* Exercise goal: Below are entries; copy exactly the lines from the one with "#1=IFCCARTESIANPOINT((0.,0.,0.));" through the one with "#21=IFCINDEXEDPOLYGONALFACE((2,6,8,4));", both included, and leave out the rest.

[Dataset excerpts]

++++++++

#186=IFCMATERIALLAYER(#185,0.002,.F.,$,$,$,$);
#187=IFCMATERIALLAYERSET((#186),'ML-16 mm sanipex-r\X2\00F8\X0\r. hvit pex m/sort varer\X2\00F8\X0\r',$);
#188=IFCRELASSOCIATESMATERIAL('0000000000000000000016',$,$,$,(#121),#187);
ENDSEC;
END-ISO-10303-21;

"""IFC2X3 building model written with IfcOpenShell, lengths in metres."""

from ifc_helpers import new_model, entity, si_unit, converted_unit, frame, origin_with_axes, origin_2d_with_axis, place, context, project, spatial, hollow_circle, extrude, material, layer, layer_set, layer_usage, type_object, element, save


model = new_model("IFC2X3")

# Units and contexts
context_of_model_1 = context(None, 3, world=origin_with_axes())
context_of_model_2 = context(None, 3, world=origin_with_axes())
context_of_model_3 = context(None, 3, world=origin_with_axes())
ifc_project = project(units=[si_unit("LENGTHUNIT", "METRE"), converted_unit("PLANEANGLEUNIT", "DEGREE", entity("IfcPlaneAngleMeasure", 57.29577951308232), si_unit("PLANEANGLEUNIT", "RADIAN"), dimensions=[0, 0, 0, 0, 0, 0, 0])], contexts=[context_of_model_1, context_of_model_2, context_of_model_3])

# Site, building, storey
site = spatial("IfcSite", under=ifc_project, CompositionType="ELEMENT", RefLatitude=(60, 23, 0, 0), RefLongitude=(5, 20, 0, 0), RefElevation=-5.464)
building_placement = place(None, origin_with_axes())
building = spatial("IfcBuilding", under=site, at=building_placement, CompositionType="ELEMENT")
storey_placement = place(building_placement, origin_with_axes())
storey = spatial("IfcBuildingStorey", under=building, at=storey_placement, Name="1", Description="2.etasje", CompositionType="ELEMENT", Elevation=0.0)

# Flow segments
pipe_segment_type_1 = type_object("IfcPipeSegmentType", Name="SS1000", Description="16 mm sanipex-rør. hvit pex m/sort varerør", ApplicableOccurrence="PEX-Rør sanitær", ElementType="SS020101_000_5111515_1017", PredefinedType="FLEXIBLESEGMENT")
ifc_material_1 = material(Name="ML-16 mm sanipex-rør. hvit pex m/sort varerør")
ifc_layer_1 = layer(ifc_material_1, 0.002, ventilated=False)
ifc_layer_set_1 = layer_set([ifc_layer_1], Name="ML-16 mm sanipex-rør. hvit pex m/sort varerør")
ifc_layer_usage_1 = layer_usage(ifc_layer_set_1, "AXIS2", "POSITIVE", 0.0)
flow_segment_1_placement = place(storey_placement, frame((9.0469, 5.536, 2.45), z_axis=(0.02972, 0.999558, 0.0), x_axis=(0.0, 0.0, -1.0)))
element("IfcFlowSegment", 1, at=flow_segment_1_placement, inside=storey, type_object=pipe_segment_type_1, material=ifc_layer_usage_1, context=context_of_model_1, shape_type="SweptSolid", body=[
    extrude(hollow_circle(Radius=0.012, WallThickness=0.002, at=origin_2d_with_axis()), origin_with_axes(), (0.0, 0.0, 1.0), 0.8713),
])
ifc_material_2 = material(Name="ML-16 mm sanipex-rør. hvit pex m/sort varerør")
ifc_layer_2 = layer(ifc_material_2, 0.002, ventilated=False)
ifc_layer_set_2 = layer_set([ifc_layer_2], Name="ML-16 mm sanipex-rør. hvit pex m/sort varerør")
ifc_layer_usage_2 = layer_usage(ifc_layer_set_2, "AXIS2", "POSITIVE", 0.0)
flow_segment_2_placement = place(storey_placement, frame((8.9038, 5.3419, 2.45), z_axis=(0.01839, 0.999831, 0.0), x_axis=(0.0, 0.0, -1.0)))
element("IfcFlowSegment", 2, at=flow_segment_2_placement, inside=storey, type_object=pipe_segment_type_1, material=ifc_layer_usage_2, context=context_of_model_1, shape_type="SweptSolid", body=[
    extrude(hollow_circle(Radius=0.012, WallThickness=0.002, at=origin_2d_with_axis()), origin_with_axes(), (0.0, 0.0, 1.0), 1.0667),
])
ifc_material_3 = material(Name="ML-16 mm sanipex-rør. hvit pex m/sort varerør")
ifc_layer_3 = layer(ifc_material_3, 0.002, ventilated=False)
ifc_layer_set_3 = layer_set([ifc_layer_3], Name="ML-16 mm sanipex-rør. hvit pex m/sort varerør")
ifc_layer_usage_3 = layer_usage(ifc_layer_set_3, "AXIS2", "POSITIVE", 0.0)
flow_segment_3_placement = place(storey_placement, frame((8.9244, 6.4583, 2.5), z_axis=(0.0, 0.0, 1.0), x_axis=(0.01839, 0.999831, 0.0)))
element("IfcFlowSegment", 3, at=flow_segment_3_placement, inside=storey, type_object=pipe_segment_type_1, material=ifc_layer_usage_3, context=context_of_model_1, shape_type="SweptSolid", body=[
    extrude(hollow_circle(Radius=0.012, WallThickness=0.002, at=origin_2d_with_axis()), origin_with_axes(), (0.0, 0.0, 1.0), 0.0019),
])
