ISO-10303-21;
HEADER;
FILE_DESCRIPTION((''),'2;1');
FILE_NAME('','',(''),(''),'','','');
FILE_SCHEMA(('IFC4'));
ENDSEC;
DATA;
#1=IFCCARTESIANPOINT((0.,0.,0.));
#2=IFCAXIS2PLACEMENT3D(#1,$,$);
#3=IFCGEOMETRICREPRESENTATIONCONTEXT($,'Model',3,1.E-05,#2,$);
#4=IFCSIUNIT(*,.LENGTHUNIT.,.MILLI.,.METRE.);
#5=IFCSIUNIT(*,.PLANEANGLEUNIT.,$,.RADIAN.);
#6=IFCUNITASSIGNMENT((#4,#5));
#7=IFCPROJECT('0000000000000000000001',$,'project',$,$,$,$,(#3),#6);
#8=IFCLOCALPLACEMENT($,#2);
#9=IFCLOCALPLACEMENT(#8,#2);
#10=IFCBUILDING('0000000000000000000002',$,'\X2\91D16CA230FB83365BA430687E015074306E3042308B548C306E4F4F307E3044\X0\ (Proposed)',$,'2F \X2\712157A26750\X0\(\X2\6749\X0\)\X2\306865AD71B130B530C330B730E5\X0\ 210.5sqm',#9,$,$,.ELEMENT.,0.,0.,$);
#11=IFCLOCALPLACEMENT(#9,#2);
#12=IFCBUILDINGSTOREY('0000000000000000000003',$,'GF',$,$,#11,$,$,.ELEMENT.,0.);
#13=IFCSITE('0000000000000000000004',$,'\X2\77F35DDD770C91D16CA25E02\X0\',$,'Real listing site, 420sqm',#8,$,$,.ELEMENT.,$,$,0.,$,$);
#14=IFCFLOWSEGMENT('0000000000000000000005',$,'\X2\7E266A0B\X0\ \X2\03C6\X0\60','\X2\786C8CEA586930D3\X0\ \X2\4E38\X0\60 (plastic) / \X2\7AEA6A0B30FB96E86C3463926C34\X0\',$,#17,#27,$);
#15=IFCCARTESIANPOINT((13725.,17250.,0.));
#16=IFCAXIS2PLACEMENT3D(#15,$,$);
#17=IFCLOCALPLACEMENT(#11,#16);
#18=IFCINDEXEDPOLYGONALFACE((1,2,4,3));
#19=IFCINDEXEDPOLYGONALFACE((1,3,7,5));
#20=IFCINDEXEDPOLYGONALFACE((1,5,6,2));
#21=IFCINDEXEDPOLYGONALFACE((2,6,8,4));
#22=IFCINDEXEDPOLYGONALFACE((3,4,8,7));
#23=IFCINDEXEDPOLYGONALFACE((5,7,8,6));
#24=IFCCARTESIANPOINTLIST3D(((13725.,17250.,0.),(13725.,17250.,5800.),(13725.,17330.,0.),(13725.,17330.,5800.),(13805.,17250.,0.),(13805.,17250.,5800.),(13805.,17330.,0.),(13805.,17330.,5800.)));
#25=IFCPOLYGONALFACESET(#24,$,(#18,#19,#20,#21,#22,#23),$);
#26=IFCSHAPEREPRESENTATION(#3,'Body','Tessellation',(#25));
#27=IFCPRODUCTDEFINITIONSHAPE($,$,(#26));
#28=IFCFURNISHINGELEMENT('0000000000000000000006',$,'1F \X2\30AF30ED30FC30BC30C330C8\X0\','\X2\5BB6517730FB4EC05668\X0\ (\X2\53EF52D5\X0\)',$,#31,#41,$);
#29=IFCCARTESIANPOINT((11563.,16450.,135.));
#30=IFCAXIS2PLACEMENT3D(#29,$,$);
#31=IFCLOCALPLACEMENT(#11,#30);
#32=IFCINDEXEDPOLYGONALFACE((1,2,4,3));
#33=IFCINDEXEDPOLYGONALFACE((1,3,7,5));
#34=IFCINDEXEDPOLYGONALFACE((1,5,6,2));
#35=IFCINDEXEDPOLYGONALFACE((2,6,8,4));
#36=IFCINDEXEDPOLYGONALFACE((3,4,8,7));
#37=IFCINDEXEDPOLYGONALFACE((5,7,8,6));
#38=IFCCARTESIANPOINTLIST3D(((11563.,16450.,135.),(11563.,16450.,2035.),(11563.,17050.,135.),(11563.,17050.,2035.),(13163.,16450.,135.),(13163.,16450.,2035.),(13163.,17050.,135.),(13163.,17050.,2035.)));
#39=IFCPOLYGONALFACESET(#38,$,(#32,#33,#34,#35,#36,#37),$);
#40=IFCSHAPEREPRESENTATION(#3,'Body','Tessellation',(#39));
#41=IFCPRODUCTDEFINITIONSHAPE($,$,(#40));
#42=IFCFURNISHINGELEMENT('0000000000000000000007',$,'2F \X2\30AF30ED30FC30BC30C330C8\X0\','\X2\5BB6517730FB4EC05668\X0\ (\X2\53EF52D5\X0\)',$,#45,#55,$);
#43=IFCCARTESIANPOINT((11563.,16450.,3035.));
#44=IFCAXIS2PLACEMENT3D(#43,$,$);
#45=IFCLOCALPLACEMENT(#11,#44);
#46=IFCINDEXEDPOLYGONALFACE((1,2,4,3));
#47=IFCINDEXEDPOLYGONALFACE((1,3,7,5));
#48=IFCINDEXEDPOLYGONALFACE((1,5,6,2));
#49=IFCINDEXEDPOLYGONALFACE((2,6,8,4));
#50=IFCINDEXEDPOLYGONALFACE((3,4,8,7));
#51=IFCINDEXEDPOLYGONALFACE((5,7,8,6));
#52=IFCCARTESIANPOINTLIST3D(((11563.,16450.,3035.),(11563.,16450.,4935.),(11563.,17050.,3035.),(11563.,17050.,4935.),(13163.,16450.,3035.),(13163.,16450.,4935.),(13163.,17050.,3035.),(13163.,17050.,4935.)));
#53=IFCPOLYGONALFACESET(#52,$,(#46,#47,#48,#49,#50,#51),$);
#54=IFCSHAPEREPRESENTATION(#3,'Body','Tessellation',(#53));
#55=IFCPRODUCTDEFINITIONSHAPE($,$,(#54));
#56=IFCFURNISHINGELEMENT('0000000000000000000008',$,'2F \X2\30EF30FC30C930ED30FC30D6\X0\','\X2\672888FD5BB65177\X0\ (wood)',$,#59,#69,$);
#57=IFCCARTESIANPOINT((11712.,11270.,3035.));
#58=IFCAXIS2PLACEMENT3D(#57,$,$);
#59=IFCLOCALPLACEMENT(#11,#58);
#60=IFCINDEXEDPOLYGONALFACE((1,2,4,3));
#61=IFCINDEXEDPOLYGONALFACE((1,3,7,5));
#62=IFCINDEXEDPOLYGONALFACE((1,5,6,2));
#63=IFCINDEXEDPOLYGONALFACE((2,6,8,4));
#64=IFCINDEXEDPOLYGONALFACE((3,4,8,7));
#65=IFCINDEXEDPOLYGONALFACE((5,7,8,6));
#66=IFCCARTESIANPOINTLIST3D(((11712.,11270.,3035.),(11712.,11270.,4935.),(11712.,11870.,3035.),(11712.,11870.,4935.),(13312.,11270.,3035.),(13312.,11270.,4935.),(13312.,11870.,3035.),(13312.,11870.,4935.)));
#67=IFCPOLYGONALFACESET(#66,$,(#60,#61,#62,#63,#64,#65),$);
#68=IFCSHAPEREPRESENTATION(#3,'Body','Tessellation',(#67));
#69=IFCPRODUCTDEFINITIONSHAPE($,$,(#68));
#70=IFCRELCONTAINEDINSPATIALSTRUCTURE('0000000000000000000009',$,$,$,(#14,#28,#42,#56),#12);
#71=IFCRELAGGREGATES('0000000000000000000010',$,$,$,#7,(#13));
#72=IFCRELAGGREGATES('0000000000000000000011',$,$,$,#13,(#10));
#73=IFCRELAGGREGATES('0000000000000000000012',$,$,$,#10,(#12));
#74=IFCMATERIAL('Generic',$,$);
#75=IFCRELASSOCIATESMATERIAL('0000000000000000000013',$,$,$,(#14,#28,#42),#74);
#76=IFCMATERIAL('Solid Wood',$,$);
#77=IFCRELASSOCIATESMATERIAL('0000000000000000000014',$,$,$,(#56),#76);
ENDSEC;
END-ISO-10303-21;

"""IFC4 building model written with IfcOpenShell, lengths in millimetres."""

from ifc_helpers import new_model, si_unit, frame, frame_2d, origin, place, context, project, spatial, rectangle, extrude, material, element, save


model = new_model("IFC4")

# Units and contexts
model_context = context("Model", 3, precision=1e-05, world=origin())
ifc_project = project(units=[si_unit("LENGTHUNIT", "METRE", prefix="MILLI"), si_unit("PLANEANGLEUNIT", "RADIAN")], contexts=[model_context])

# Site, building, storey
site_placement = place(None, origin())
site = spatial("IfcSite", under=ifc_project, at=site_placement, Name="石川県金沢市", ObjectType="Real listing site, 420sqm", CompositionType="ELEMENT", RefElevation=0.0)
building_placement = place(site_placement, origin())
building = spatial("IfcBuilding", under=site, at=building_placement, Name="金沢・茶室と縁側のある和の住まい (Proposed)", ObjectType="2F 無垢材(杉)と断熱サッシュ 210.5sqm", CompositionType="ELEMENT", ElevationOfRefHeight=0.0, ElevationOfTerrain=0.0)
storey_placement = place(building_placement, origin())
storey = spatial("IfcBuildingStorey", under=building, at=storey_placement, Name="GF", CompositionType="ELEMENT", Elevation=0.0)

# Shared definitions
ifc_material_1 = material(Name="Solid Wood")

# Shared definitions
ifc_material_2 = material(Name="Generic")

# Flow segment
flow_segment_placement = place(storey_placement, frame((13725.0, 17250.0, 0.0)))
element("IfcFlowSegment", 1, at=flow_segment_placement, inside=storey, material=ifc_material_2, Name="縦樋 φ60", Description="硬質塩ビ 丸60 (plastic) / 竪樋・雨水排水", context=model_context, shape_type="SweptSolid", body=[
    extrude(rectangle(XDim=80.0, YDim=80.0, at=frame_2d((40.0, 40.0))), frame((13725.0, 17250.0, 0.0)), (0.0, 0.0, 1.0), 5800.0),
])

# Furnishing elements
furnishing_1_placement = place(storey_placement, frame((11563.0, 16450.0, 135.0)))
element("IfcFurnishingElement", 2, at=furnishing_1_placement, inside=storey, material=ifc_material_2, Name="1F クローゼット", Description="家具・什器 (可動)", context=model_context, shape_type="SweptSolid", body=[
    extrude(rectangle(XDim=1600.0, YDim=600.0, at=frame_2d((800.0, 300.0))), frame((11563.0, 16450.0, 135.0)), (0.0, 0.0, 1.0), 1900.0),
])
furnishing_2_placement = place(storey_placement, frame((11563.0, 16450.0, 3035.0)))
element("IfcFurnishingElement", 3, at=furnishing_2_placement, inside=storey, material=ifc_material_2, Name="2F クローゼット", Description="家具・什器 (可動)", context=model_context, shape_type="SweptSolid", body=[
    extrude(rectangle(XDim=1600.0, YDim=600.0, at=frame_2d((800.0, 300.0))), frame((11563.0, 16450.0, 3035.0)), (0.0, 0.0, 1.0), 1900.0),
])
furnishing_3_placement = place(storey_placement, frame((11712.0, 11270.0, 3035.0)))
element("IfcFurnishingElement", 4, at=furnishing_3_placement, inside=storey, material=ifc_material_1, Name="2F ワードローブ", Description="木製家具 (wood)", context=model_context, shape_type="SweptSolid", body=[
    extrude(rectangle(XDim=1600.0, YDim=600.0, at=frame_2d((800.0, 300.0))), frame((11712.0, 11270.0, 3035.0)), (0.0, 0.0, 1.0), 1900.0),
])

save(model, "model.ifc")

++++++++

* Your solution:
#1=IFCCARTESIANPOINT((0.,0.,0.));
#2=IFCAXIS2PLACEMENT3D(#1,$,$);
#3=IFCGEOMETRICREPRESENTATIONCONTEXT($,'Model',3,1.E-05,#2,$);
#4=IFCSIUNIT(*,.LENGTHUNIT.,.MILLI.,.METRE.);
#5=IFCSIUNIT(*,.PLANEANGLEUNIT.,$,.RADIAN.);
#6=IFCUNITASSIGNMENT((#4,#5));
#7=IFCPROJECT('0000000000000000000001',$,'project',$,$,$,$,(#3),#6);
#8=IFCLOCALPLACEMENT($,#2);
#9=IFCLOCALPLACEMENT(#8,#2);
#10=IFCBUILDING('0000000000000000000002',$,'\X2\91D16CA230FB83365BA430687E015074306E3042308B548C306E4F4F307E3044\X0\ (Proposed)',$,'2F \X2\712157A26750\X0\(\X2\6749\X0\)\X2\306865AD71B130B530C330B730E5\X0\ 210.5sqm',#9,$,$,.ELEMENT.,0.,0.,$);
#11=IFCLOCALPLACEMENT(#9,#2);
#12=IFCBUILDINGSTOREY('0000000000000000000003',$,'GF',$,$,#11,$,$,.ELEMENT.,0.);
#13=IFCSITE('0000000000000000000004',$,'\X2\77F35DDD770C91D16CA25E02\X0\',$,'Real listing site, 420sqm',#8,$,$,.ELEMENT.,$,$,0.,$,$);
#14=IFCFLOWSEGMENT('0000000000000000000005',$,'\X2\7E266A0B\X0\ \X2\03C6\X0\60','\X2\786C8CEA586930D3\X0\ \X2\4E38\X0\60 (plastic) / \X2\7AEA6A0B30FB96E86C3463926C34\X0\',$,#17,#27,$);
#15=IFCCARTESIANPOINT((13725.,17250.,0.));
#16=IFCAXIS2PLACEMENT3D(#15,$,$);
#17=IFCLOCALPLACEMENT(#11,#16);
#18=IFCINDEXEDPOLYGONALFACE((1,2,4,3));
#19=IFCINDEXEDPOLYGONALFACE((1,3,7,5));
#20=IFCINDEXEDPOLYGONALFACE((1,5,6,2));
#21=IFCINDEXEDPOLYGONALFACE((2,6,8,4));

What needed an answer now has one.